Please give back word for word the lines of the material below between the line containing "#159=IFCINDEXEDPOLYGONALFACE((1,3,7,5));" and the line containing "x 125mm rectangular',$,$,$,$,$,$,.MULLION.);", inclusive.
++++++++
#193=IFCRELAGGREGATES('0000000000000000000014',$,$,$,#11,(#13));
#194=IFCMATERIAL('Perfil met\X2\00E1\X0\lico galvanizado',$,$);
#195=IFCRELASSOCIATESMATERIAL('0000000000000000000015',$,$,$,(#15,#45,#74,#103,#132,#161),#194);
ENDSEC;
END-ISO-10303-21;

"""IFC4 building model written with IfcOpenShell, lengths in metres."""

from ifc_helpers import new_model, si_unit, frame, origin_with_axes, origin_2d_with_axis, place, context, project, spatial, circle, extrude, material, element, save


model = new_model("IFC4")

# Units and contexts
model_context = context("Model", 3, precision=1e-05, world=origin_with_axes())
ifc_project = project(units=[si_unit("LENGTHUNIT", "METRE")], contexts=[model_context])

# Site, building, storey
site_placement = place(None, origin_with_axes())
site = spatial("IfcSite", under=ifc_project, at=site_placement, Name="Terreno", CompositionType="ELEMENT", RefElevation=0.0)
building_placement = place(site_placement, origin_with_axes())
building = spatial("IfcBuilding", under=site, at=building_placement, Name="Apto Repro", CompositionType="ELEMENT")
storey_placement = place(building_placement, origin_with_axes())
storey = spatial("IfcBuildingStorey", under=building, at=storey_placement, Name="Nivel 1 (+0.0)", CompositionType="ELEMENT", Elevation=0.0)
++++++++
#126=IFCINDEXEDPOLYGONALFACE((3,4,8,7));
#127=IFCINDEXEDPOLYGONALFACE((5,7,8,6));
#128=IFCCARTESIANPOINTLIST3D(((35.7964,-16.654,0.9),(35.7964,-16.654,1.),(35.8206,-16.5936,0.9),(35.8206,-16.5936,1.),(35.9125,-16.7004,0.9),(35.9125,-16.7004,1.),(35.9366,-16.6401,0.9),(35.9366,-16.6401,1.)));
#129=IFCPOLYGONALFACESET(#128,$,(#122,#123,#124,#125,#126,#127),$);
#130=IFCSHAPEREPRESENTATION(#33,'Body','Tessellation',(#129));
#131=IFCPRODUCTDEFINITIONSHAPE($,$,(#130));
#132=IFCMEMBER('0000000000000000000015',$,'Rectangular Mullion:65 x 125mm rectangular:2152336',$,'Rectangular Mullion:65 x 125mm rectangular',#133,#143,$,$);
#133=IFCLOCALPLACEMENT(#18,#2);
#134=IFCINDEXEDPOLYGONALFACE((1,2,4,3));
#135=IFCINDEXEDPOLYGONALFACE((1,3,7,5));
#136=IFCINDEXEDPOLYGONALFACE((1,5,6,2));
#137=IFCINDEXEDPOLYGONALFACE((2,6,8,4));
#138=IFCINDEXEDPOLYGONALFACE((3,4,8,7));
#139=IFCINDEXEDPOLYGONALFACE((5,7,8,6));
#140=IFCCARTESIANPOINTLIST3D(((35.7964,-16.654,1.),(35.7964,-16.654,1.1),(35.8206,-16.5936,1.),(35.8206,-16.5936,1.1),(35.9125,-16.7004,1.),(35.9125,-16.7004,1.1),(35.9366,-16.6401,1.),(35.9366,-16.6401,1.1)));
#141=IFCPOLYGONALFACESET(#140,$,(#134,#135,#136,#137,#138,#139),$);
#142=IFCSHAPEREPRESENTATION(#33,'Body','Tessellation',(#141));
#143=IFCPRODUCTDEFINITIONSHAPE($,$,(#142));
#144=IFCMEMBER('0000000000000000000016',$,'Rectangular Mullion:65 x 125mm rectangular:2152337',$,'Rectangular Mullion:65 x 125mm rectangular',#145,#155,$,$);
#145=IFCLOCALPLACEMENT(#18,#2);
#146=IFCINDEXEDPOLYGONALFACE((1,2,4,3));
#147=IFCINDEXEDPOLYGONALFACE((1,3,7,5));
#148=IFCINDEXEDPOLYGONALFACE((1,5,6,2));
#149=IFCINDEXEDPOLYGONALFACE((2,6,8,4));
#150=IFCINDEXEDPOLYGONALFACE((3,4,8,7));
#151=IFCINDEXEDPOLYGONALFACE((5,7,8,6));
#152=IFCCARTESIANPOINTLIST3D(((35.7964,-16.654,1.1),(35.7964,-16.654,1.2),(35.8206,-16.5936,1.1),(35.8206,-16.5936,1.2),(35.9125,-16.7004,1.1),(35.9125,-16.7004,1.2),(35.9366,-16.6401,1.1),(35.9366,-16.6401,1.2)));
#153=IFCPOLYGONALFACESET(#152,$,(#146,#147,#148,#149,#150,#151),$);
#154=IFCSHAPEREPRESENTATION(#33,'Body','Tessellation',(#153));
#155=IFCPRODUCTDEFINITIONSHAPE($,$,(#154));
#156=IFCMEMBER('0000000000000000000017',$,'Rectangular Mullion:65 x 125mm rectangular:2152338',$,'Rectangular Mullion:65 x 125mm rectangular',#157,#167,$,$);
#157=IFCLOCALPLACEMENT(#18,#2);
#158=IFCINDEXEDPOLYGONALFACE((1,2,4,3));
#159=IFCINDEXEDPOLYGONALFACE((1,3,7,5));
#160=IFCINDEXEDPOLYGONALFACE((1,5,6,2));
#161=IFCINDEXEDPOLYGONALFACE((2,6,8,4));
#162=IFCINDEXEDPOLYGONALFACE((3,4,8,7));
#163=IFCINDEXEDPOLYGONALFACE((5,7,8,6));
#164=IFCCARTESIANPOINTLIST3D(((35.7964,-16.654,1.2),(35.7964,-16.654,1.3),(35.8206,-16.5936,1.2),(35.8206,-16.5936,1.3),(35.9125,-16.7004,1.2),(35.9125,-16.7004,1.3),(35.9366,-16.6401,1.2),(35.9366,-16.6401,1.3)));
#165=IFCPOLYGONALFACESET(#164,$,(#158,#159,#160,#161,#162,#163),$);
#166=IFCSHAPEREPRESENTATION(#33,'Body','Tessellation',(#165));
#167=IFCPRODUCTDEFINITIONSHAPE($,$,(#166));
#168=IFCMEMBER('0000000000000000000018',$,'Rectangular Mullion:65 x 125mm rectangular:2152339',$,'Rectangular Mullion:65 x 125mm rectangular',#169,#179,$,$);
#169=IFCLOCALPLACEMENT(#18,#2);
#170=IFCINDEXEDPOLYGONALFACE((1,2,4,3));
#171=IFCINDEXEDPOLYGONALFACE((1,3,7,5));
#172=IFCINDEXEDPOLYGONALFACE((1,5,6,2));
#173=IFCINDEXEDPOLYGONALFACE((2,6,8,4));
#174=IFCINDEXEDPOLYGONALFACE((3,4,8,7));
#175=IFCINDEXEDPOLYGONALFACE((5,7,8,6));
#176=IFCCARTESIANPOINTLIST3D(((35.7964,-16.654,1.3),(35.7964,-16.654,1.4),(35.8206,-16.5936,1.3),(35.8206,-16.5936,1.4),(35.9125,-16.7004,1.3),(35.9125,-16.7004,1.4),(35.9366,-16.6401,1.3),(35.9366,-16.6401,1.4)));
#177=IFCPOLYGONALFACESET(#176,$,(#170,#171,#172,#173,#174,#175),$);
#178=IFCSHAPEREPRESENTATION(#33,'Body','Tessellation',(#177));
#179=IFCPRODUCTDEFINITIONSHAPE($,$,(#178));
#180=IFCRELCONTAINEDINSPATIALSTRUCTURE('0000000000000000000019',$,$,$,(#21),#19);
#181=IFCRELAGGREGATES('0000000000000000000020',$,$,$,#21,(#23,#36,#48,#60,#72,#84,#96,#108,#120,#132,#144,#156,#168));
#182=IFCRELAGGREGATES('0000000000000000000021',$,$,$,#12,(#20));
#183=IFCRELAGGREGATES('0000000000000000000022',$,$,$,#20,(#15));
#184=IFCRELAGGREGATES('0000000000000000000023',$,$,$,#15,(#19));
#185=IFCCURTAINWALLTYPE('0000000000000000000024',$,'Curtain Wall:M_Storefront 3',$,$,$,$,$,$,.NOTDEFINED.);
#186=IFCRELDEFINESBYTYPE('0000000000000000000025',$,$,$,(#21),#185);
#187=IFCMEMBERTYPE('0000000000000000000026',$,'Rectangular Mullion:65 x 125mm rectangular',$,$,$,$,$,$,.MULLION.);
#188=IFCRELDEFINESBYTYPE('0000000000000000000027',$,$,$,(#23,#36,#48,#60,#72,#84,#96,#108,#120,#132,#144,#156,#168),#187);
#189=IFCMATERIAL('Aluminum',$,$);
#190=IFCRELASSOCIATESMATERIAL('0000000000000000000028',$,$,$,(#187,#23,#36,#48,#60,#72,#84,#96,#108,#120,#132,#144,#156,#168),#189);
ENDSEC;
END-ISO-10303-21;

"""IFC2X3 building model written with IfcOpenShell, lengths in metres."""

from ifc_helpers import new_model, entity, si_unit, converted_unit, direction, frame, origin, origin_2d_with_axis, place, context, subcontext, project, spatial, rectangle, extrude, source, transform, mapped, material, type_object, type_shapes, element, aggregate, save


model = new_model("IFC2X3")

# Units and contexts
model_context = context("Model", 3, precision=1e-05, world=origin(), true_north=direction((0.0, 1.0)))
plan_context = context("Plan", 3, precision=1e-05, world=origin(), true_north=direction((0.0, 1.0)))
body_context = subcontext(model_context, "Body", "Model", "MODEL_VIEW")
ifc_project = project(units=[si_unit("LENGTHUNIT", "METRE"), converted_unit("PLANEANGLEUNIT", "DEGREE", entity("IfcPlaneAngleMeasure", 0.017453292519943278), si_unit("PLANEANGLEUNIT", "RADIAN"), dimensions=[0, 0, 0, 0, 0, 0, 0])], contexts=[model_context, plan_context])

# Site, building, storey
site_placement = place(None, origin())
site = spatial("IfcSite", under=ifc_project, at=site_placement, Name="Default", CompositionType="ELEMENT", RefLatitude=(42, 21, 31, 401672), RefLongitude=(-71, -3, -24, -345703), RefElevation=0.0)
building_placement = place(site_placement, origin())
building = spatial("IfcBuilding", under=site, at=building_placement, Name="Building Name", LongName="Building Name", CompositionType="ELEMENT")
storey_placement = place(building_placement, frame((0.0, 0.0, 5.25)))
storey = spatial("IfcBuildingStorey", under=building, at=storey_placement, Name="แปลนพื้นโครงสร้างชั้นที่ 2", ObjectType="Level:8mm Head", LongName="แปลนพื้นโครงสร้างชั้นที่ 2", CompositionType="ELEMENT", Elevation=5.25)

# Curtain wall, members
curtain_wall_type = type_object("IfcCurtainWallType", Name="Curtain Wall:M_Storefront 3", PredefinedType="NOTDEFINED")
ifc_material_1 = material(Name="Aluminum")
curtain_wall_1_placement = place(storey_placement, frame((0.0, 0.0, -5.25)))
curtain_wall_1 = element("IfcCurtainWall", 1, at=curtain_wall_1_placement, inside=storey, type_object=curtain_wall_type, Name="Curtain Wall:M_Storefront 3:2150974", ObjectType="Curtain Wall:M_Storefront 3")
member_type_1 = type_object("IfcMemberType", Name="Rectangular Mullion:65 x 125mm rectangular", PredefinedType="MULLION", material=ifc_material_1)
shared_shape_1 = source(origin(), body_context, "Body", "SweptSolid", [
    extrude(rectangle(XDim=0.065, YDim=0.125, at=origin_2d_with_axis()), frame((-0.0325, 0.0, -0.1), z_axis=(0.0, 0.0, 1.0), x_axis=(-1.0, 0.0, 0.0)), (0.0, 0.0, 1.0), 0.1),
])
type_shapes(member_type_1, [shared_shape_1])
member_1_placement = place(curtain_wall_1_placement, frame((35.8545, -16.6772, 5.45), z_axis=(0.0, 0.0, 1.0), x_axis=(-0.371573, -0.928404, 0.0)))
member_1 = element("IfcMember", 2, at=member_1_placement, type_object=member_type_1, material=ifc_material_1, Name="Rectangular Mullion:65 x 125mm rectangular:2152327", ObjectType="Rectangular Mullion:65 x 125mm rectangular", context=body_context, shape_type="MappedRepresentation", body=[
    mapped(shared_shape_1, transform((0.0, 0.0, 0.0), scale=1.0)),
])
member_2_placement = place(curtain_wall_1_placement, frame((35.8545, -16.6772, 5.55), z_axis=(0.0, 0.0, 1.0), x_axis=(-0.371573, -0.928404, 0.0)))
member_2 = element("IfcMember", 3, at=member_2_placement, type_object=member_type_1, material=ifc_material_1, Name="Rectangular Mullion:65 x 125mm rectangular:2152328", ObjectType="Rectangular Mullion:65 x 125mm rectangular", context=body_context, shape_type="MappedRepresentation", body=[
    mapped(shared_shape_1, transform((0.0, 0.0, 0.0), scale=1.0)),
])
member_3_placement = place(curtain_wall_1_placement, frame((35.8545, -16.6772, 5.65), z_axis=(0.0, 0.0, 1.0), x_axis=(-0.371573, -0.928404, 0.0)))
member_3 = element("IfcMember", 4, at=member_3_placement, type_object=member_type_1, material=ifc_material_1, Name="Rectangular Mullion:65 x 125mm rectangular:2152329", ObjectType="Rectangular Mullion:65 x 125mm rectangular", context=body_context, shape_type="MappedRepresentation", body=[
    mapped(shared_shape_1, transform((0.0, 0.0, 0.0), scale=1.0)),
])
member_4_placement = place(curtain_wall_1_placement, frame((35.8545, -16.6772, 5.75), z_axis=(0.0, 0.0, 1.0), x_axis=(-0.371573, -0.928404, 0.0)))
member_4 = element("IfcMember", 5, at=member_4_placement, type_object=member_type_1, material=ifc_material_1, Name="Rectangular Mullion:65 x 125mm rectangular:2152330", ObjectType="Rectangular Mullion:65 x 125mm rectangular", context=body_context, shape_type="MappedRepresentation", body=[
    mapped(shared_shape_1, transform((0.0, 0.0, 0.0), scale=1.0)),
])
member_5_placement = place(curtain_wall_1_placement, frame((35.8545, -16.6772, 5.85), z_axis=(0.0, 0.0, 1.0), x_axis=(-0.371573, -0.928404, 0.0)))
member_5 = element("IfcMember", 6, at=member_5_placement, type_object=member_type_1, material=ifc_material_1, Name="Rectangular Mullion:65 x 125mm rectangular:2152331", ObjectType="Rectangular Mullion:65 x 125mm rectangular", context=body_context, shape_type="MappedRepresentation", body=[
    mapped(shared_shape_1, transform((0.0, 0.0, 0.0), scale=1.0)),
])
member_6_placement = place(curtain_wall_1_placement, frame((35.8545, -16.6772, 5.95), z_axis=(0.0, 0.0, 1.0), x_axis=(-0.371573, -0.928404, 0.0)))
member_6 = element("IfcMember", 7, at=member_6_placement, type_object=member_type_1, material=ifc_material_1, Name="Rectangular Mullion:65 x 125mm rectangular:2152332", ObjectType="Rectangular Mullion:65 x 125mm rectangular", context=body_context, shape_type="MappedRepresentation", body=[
++++++++
RESULT OF THIS TASK:
#159=IFCINDEXEDPOLYGONALFACE((1,3,7,5));
#160=IFCINDEXEDPOLYGONALFACE((1,5,6,2));
#161=IFCINDEXEDPOLYGONALFACE((2,6,8,4));
#162=IFCINDEXEDPOLYGONALFACE((3,4,8,7));
#163=IFCINDEXEDPOLYGONALFACE((5,7,8,6));
#164=IFCCARTESIANPOINTLIST3D(((35.7964,-16.654,1.2),(35.7964,-16.654,1.3),(35.8206,-16.5936,1.2),(35.8206,-16.5936,1.3),(35.9125,-16.7004,1.2),(35.9125,-16.7004,1.3),(35.9366,-16.6401,1.2),(35.9366,-16.6401,1.3)));
#165=IFCPOLYGONALFACESET(#164,$,(#158,#159,#160,#161,#162,#163),$);
#166=IFCSHAPEREPRESENTATION(#33,'Body','Tessellation',(#165));
#167=IFCPRODUCTDEFINITIONSHAPE($,$,(#166));
#168=IFCMEMBER('0000000000000000000018',$,'Rectangular Mullion:65 x 125mm rectangular:2152339',$,'Rectangular Mullion:65 x 125mm rectangular',#169,#179,$,$);
#169=IFCLOCALPLACEMENT(#18,#2);
#170=IFCINDEXEDPOLYGONALFACE((1,2,4,3));
#171=IFCINDEXEDPOLYGONALFACE((1,3,7,5));
#172=IFCINDEXEDPOLYGONALFACE((1,5,6,2));
#173=IFCINDEXEDPOLYGONALFACE((2,6,8,4));
#174=IFCINDEXEDPOLYGONALFACE((3,4,8,7));
#175=IFCINDEXEDPOLYGONALFACE((5,7,8,6));
#176=IFCCARTESIANPOINTLIST3D(((35.7964,-16.654,1.3),(35.7964,-16.654,1.4),(35.8206,-16.5936,1.3),(35.8206,-16.5936,1.4),(35.9125,-16.7004,1.3),(35.9125,-16.7004,1.4),(35.9366,-16.6401,1.3),(35.9366,-16.6401,1.4)));
#177=IFCPOLYGONALFACESET(#176,$,(#170,#171,#172,#173,#174,#175),$);
#178=IFCSHAPEREPRESENTATION(#33,'Body','Tessellation',(#177));
#179=IFCPRODUCTDEFINITIONSHAPE($,$,(#178));
#180=IFCRELCONTAINEDINSPATIALSTRUCTURE('0000000000000000000019',$,$,$,(#21),#19);
#181=IFCRELAGGREGATES('0000000000000000000020',$,$,$,#21,(#23,#36,#48,#60,#72,#84,#96,#108,#120,#132,#144,#156,#168));
#182=IFCRELAGGREGATES('0000000000000000000021',$,$,$,#12,(#20));
#183=IFCRELAGGREGATES('0000000000000000000022',$,$,$,#20,(#15));
#184=IFCRELAGGREGATES('0000000000000000000023',$,$,$,#15,(#19));
#185=IFCCURTAINWALLTYPE('0000000000000000000024',$,'Curtain Wall:M_Storefront 3',$,$,$,$,$,$,.NOTDEFINED.);
#186=IFCRELDEFINESBYTYPE('0000000000000000000025',$,$,$,(#21),#185);
#187=IFCMEMBERTYPE('0000000000000000000026',$,'Rectangular Mullion:65 x 125mm rectangular',$,$,$,$,$,$,.MULLION.);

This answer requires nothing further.